All you hear about menopause is that we women must bear a bunch of negative symptoms while going through the inevitable decline of estrogen and progesterone. I do not deny that many suffer from dryness, hot flashes, irritability, insomnia, headaches, anxiety, and more. You can’t not know this when you read anything at all about the subject.
Menopause, like our period, can be an embarrassing subject, and almost everything about it seems to be a downer. I think differently about menopause, even though—please be sorry for me now—I had to give up tea and coffee. (Caffeine suddenly triggers migraine headaches in me.) Besides this obvious traumatic loss, there are great and wonderful things about menopause, especially after the body has adjusted to the hormonal drop. Yes, there is happiness on the horizon as we manage our symptoms and stop the brainwashing that has occurred across civilizations.
The average time for having symptoms of our transformation is three to four years.1 The toughest symptoms are most likely a lot shorter, especially when mitigated with these tricks:
- Exercise a lot more than usual; stretch every single day.
- Adopt a healthy diet that avoids refined sugar.
- Dress in layers and uplifting colors.
- Sleep eight hours in the nude (to cool down quickly during night sweats).
- Take generous naps and frequent periods of creative non-doing.
- Pamper yourself with lotions, vaginal creams, lubricants, and essential oils.
- Be extra kind to yourself when feelings are more intense.
- Have a hair clip and a fan handy (I have a fan that plugs in my cell phone).
- Take deep breaths during a hot flash.
- Consider renaming the hot flash a “heatwave” because the heat comes, stays, and goes like a wave.
- Let the wave come over you without resistance.
- Never worry about forgetfulness; laugh it off.
- Reframe all experiences as “interesting”—life never gets boring for a woman.
- Take herbs and herbal (iced) tea to alleviate discomfort.

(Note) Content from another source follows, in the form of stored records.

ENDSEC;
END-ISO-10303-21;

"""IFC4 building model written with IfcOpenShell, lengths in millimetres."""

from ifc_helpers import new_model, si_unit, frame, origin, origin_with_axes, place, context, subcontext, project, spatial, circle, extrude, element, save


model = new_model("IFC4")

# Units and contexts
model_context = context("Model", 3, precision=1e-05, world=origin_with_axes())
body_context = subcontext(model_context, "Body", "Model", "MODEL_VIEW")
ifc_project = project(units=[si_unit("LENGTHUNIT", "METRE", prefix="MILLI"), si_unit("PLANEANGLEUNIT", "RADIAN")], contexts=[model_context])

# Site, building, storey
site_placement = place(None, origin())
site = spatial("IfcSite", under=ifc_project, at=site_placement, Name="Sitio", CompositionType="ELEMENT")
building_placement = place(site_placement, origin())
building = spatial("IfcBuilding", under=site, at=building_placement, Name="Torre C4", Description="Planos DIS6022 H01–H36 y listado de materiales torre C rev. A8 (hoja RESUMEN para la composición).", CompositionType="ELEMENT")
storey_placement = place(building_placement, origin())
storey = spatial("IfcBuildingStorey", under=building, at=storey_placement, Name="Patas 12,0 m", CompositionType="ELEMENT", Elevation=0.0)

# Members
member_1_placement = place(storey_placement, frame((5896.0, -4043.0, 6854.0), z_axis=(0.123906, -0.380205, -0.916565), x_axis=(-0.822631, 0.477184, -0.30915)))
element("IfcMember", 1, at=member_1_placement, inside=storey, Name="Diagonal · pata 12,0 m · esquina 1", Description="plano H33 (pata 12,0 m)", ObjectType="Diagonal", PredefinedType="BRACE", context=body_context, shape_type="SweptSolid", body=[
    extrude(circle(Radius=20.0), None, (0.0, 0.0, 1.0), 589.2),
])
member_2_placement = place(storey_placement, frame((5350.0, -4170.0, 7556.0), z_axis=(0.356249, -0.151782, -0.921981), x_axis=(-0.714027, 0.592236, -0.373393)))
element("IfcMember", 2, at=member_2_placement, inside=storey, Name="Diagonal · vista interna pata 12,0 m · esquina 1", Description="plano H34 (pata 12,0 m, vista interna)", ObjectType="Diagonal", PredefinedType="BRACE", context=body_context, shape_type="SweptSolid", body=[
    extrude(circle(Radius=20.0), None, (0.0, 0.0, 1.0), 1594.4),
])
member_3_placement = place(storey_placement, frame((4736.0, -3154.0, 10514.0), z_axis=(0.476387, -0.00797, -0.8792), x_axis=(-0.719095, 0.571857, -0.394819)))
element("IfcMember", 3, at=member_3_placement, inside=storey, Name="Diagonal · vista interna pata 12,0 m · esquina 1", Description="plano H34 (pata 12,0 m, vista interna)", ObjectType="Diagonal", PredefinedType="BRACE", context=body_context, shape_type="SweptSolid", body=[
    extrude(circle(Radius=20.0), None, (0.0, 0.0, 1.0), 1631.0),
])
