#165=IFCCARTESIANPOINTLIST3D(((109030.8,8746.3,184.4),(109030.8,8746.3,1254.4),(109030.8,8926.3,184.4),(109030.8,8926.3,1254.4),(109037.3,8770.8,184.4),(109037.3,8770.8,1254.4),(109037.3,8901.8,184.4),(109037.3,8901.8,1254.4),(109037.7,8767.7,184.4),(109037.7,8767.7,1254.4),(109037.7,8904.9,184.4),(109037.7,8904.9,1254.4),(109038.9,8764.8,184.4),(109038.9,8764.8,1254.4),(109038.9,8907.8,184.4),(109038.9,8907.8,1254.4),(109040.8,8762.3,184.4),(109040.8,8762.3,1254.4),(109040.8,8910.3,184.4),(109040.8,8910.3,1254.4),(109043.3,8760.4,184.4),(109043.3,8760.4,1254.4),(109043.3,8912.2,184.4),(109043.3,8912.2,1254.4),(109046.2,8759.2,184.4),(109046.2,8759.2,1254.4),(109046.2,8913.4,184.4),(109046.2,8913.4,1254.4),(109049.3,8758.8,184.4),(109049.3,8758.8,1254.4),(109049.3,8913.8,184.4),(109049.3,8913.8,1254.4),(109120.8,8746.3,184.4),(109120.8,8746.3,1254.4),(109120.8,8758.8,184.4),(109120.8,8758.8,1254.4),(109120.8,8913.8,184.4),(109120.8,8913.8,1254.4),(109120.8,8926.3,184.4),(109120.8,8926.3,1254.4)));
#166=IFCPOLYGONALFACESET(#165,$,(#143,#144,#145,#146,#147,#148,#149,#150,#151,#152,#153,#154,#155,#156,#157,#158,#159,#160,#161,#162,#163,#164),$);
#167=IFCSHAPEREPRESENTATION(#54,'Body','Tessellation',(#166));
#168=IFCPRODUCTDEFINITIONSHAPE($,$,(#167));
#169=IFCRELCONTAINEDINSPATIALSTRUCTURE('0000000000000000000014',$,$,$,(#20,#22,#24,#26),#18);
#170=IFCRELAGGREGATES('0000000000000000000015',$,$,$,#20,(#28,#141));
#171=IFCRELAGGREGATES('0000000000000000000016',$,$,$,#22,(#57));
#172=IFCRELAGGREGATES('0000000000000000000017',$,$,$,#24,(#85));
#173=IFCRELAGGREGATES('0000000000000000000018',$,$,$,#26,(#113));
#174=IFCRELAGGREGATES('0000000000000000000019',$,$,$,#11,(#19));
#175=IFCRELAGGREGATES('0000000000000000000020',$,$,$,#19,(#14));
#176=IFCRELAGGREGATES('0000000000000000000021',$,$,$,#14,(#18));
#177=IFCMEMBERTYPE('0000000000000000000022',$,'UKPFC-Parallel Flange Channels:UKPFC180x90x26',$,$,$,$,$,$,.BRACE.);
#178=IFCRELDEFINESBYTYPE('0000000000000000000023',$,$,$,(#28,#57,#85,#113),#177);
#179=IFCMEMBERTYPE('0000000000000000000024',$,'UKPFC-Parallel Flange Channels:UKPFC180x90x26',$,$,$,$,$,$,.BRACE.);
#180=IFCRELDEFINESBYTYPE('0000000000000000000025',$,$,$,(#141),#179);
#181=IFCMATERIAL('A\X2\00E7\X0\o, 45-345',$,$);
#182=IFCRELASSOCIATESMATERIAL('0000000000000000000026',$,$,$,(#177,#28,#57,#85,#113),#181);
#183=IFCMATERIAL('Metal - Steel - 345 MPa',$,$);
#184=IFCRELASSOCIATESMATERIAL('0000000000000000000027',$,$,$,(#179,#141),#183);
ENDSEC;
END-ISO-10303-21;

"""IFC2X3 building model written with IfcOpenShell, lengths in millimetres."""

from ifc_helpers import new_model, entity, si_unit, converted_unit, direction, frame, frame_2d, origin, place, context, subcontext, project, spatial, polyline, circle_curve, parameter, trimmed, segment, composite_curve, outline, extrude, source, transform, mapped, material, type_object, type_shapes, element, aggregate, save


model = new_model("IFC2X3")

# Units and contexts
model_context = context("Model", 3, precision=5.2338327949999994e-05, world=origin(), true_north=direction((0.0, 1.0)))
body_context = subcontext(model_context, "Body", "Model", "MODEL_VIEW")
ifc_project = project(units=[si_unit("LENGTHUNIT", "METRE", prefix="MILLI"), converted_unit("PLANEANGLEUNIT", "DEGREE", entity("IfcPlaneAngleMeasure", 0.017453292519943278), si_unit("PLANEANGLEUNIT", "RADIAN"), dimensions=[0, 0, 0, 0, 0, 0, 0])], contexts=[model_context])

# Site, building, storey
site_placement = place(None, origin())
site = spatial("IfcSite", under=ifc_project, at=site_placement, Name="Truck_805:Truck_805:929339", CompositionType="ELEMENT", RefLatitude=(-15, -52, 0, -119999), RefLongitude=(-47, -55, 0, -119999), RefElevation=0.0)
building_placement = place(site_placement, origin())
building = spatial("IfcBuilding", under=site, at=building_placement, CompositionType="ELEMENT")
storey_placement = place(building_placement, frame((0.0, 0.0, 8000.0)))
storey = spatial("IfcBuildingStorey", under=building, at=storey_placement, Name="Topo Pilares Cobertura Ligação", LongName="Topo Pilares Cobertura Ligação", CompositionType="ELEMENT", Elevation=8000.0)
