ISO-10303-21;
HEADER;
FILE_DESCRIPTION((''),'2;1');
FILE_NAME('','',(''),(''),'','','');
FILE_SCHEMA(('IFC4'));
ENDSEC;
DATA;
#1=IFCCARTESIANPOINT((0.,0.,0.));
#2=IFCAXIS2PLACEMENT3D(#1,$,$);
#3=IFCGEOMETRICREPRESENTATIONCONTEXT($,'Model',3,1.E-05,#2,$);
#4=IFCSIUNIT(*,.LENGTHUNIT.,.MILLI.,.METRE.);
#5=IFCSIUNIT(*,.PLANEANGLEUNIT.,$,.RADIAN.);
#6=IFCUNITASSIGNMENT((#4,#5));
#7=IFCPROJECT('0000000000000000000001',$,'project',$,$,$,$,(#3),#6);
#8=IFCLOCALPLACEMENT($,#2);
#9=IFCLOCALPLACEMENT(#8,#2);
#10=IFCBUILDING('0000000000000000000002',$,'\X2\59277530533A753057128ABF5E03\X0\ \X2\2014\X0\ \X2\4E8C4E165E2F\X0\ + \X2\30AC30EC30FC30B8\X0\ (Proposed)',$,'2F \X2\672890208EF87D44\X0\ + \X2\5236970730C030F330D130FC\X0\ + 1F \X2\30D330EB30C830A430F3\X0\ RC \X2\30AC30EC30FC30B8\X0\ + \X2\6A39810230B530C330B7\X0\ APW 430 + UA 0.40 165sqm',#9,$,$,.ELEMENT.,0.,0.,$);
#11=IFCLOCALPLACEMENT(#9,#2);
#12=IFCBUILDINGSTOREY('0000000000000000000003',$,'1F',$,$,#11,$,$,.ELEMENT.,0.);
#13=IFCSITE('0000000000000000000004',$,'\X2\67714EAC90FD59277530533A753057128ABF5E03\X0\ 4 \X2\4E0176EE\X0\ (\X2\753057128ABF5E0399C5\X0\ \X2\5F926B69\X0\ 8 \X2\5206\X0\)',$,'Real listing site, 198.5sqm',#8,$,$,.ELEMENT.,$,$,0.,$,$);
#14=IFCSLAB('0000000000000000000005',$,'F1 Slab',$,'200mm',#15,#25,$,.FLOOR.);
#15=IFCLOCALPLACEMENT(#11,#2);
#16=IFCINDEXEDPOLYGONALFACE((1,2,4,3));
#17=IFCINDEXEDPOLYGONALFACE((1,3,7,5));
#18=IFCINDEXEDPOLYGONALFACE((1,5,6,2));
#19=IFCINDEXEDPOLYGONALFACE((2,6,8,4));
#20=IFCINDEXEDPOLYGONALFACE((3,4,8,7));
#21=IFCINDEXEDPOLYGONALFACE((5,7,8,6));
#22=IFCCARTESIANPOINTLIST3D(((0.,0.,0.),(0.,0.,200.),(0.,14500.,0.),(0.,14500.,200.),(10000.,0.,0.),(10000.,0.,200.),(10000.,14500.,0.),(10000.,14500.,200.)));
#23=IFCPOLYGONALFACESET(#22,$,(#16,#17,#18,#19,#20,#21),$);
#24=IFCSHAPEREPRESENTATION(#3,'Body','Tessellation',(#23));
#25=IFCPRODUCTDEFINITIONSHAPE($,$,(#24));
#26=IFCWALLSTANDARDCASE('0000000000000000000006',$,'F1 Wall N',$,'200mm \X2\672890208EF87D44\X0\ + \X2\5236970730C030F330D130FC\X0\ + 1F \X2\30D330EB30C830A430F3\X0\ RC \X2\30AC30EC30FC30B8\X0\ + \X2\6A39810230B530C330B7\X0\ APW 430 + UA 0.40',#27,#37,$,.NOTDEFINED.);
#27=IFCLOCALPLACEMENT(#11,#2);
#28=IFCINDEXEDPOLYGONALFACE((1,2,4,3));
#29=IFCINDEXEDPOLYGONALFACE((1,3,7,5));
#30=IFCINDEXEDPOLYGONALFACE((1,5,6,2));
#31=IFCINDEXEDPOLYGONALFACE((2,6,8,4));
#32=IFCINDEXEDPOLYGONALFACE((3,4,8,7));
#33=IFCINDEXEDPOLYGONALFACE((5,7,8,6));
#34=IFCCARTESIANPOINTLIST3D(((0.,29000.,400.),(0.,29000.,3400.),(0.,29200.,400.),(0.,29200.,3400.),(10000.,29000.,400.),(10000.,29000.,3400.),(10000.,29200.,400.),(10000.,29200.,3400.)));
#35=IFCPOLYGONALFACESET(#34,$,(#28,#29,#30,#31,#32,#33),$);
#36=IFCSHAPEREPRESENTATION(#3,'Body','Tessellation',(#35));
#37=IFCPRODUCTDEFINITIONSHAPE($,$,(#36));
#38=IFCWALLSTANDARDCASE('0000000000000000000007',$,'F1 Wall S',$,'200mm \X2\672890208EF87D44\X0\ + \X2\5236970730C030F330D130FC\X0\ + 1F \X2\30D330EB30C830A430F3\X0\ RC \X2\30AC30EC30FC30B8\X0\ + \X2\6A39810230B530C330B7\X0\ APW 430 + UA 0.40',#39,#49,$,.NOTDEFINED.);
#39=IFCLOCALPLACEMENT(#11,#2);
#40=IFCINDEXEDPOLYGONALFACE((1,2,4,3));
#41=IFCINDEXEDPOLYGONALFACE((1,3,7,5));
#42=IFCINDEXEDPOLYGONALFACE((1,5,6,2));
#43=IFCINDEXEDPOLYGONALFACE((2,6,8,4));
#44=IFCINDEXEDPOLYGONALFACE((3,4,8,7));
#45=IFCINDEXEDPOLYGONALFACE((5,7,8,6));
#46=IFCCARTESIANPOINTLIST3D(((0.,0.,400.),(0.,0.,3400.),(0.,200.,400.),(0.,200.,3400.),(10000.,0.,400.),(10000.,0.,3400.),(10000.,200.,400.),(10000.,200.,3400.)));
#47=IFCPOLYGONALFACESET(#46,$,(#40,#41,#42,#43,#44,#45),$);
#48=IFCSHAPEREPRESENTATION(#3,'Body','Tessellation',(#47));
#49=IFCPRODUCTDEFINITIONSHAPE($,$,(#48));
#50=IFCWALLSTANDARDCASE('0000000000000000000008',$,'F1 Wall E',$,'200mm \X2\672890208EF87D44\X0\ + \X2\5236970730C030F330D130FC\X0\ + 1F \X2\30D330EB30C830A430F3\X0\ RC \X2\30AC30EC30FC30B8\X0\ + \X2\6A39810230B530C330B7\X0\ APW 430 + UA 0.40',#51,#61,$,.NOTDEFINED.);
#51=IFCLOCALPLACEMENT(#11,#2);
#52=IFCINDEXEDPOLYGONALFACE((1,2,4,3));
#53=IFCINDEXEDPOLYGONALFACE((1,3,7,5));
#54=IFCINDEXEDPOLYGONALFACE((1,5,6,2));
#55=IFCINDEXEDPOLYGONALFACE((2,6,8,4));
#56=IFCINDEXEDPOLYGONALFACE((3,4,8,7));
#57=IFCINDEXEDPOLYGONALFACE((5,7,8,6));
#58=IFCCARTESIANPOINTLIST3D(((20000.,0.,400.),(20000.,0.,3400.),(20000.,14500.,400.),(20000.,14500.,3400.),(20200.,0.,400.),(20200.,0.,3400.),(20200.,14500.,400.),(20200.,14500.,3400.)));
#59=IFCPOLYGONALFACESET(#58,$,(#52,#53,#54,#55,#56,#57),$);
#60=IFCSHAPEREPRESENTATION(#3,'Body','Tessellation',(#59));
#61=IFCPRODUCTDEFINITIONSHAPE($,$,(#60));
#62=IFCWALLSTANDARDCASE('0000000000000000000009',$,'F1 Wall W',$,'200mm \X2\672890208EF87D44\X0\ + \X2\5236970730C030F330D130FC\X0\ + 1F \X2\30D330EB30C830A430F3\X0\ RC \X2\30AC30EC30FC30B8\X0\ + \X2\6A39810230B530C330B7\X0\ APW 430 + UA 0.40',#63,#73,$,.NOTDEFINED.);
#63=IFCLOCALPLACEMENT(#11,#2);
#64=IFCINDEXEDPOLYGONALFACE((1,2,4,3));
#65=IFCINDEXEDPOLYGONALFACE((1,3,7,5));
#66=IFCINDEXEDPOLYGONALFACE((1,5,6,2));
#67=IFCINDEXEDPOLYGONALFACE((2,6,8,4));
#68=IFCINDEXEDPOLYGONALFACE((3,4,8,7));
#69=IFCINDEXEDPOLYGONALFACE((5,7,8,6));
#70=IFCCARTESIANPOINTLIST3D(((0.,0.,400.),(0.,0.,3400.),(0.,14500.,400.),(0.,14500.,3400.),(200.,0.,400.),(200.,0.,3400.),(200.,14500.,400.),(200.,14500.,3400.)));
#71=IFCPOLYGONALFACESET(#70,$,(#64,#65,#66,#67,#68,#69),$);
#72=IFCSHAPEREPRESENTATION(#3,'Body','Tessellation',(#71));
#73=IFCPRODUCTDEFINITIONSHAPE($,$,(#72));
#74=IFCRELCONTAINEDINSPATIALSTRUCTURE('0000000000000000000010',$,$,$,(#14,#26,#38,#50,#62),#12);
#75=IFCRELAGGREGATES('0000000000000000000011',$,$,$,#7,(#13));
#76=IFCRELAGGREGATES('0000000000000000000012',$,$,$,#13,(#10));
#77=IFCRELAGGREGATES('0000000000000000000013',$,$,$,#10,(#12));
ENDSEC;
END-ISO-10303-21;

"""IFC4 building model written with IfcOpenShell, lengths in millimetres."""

from ifc_helpers import new_model, si_unit, frame, frame_2d, origin, place, context, project, spatial, rectangle, extrude, element, save


model = new_model("IFC4")

# Units and contexts
model_context = context("Model", 3, precision=1e-05, world=origin())
ifc_project = project(units=[si_unit("LENGTHUNIT", "METRE", prefix="MILLI"), si_unit("PLANEANGLEUNIT", "RADIAN")], contexts=[model_context])

# Site, building, storey
site_placement = place(None, origin())
site = spatial("IfcSite", under=ifc_project, at=site_placement, Name="東京都大田区田園調布 4 丁目 (田園調布駅 徒歩 8 分)", ObjectType="Real listing site, 198.5sqm", CompositionType="ELEMENT", RefElevation=0.0)
building_placement = place(site_placement, origin())
building = spatial("IfcBuilding", under=site, at=building_placement, Name="大田区田園調布 — 二世帯 + ガレージ (Proposed)", ObjectType="2F 木造軸組 + 制震ダンパー + 1F ビルトイン RC ガレージ + 樹脂サッシ APW 430 + UA 0.40 165sqm", CompositionType="ELEMENT", ElevationOfRefHeight=0.0, ElevationOfTerrain=0.0)
storey_placement = place(building_placement, origin())
storey = spatial("IfcBuildingStorey", under=building, at=storey_placement, Name="1F", CompositionType="ELEMENT", Elevation=0.0)

# Slab
slab_placement = place(storey_placement, origin())
element("IfcSlab", 1, at=slab_placement, inside=storey, Name="F1 Slab", ObjectType="200mm", PredefinedType="FLOOR", context=model_context, shape_type="SweptSolid", body=[
    extrude(rectangle(XDim=10000.0, YDim=14500.0, at=frame_2d((5000.0, 7250.0))), origin(), (0.0, 0.0, 1.0), 200.0),
])

# Walls
wall_1_placement = place(storey_placement, frame((0.0, 14500.0, 200.0)))
element("IfcWallStandardCase", 2, at=wall_1_placement, inside=storey, Name="F1 Wall N", ObjectType="200mm 木造軸組 + 制震ダンパー + 1F ビルトイン RC ガレージ + 樹脂サッシ APW 430 + UA 0.40", PredefinedType="NOTDEFINED", context=model_context, shape_type="SweptSolid", body=[
    extrude(rectangle(XDim=10000.0, YDim=200.0, at=frame_2d((5000.0, 100.0))), frame((0.0, 14500.0, 200.0)), (0.0, 0.0, 1.0), 3000.0),
])
wall_2_placement = place(storey_placement, frame((0.0, 0.0, 200.0)))
element("IfcWallStandardCase", 3, at=wall_2_placement, inside=storey, Name="F1 Wall S", ObjectType="200mm 木造軸組 + 制震ダンパー + 1F ビルトイン RC ガレージ + 樹脂サッシ APW 430 + UA 0.40", PredefinedType="NOTDEFINED", context=model_context, shape_type="SweptSolid", body=[
    extrude(rectangle(XDim=10000.0, YDim=200.0, at=frame_2d((5000.0, 100.0))), frame((0.0, 0.0, 200.0)), (0.0, 0.0, 1.0), 3000.0),
])
wall_3_placement = place(storey_placement, frame((10000.0, 0.0, 200.0)))
element("IfcWallStandardCase", 4, at=wall_3_placement, inside=storey, Name="F1 Wall E", ObjectType="200mm 木造軸組 + 制震ダンパー + 1F ビルトイン RC ガレージ + 樹脂サッシ APW 430 + UA 0.40", PredefinedType="NOTDEFINED", context=model_context, shape_type="SweptSolid", body=[
    extrude(rectangle(XDim=200.0, YDim=14500.0, at=frame_2d((100.0, 7250.0))), frame((10000.0, 0.0, 200.0)), (0.0, 0.0, 1.0), 3000.0),
])
wall_4_placement = place(storey_placement, frame((0.0, 0.0, 200.0)))
element("IfcWallStandardCase", 5, at=wall_4_placement, inside=storey, Name="F1 Wall W", ObjectType="200mm 木造軸組 + 制震ダンパー + 1F ビルトイン RC ガレージ + 樹脂サッシ APW 430 + UA 0.40", PredefinedType="NOTDEFINED", context=model_context, shape_type="SweptSolid", body=[
    extrude(rectangle(XDim=200.0, YDim=14500.0, at=frame_2d((100.0, 7250.0))), frame((0.0, 0.0, 200.0)), (0.0, 0.0, 1.0), 3000.0),
])

save(model, "model.ifc")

- Share your experience with others; do not hide your menopausal symptoms while treating it as a natural phenomenon.
- Get advice from older women.
- Talk without shame about feelings of loss; avoid judgmental people who cannot relate.
- Seek medical assistance if needed.
- Express yourself artistically; everybody can do it.

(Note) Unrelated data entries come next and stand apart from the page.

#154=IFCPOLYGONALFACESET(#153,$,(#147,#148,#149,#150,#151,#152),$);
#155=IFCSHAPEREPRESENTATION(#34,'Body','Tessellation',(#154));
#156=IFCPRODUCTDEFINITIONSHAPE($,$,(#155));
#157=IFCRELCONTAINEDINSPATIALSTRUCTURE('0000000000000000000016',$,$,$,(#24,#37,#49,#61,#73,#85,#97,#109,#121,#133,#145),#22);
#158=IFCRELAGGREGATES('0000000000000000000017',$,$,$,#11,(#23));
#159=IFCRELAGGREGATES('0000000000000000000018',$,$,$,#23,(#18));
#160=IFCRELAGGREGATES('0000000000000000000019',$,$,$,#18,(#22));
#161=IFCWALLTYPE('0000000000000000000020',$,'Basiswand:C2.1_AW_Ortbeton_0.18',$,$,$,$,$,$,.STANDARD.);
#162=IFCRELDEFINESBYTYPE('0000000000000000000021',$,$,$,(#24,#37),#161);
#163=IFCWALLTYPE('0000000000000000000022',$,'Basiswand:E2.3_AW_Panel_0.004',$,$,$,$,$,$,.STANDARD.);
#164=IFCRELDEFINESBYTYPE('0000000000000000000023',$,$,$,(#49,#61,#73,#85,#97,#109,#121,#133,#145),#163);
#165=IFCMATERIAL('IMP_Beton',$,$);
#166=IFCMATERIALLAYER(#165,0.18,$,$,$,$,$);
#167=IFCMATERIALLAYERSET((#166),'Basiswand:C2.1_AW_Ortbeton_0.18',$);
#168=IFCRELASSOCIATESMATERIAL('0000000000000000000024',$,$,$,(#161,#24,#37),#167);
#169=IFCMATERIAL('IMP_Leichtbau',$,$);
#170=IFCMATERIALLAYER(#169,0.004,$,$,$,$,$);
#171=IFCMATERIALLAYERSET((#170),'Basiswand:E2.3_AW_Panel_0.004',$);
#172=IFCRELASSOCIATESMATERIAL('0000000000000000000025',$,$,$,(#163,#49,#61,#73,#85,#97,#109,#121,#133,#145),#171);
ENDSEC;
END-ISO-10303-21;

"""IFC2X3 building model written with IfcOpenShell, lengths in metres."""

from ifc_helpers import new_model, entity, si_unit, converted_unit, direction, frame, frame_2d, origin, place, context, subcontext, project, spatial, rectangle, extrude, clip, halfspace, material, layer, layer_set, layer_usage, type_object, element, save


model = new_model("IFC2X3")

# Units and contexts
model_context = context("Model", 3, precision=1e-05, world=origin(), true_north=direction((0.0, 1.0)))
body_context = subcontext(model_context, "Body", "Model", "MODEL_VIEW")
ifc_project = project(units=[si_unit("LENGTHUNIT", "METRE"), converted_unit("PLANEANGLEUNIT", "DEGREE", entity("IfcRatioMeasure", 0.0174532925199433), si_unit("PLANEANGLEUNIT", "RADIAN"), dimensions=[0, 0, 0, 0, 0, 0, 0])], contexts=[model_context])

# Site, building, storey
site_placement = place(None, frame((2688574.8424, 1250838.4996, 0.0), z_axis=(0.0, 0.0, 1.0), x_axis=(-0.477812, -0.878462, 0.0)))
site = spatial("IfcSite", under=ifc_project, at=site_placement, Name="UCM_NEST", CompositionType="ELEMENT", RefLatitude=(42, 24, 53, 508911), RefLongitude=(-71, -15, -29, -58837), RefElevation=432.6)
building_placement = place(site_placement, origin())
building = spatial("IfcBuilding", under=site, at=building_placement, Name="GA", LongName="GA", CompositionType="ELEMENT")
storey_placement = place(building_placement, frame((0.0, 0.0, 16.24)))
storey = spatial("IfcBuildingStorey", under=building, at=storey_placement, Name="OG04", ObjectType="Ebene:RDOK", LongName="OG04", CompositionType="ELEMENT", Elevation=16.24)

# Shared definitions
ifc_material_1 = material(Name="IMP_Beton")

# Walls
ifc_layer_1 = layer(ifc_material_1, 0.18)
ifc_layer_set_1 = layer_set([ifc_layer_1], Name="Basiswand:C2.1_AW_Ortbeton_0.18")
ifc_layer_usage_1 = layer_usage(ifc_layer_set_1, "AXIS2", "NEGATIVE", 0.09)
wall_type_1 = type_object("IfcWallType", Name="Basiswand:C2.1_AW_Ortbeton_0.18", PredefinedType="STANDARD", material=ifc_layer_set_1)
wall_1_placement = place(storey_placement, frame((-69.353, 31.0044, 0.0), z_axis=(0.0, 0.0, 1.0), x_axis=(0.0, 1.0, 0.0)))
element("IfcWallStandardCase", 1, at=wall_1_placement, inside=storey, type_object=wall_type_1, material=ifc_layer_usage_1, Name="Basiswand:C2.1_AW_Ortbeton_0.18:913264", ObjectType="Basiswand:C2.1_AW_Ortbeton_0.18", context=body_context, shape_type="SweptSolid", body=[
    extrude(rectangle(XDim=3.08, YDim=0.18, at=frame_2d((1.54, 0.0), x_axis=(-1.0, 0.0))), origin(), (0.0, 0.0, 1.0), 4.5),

- Read cool books about menopause.
- Meditate with candle lights and listen to affirmations for mastering menopause.
- Listen and sing along to music; dance.
- Let nature heal you; if you don’t have access to a park or body of water, surround yourself with plants and sounds of running water. (See Go Wild and Grow Happy.)
I am sure you can add more skills to master the transition period as you consult with others. Besides being mindful with all that’s happening in your mind and body, try thinking about menopausal symptoms not primarily as a loss of youth or fertility, but as a passage to something new and powerful. When a caterpillar retreats into a chrysalis, its transformation is neither easy nor quick. If the caterpillar society convinced all caterpillars that the chrysalis stage was a terrible phase of imprisonment and that the caterpillar shape was superior to all others, they would be forever blind to the beauty and freedom yet to come. This is what happened to Homo sapiens.
According to historians,2 with the onset of civilization, a portion of men were relieved of the duty to hunt and gather, freeing them to rise to political power. Gradually, the mere perception of female power had to be forgotten. It took violent subjugation to hide the obvious and, until then, widely celebrated power to create and nurse life.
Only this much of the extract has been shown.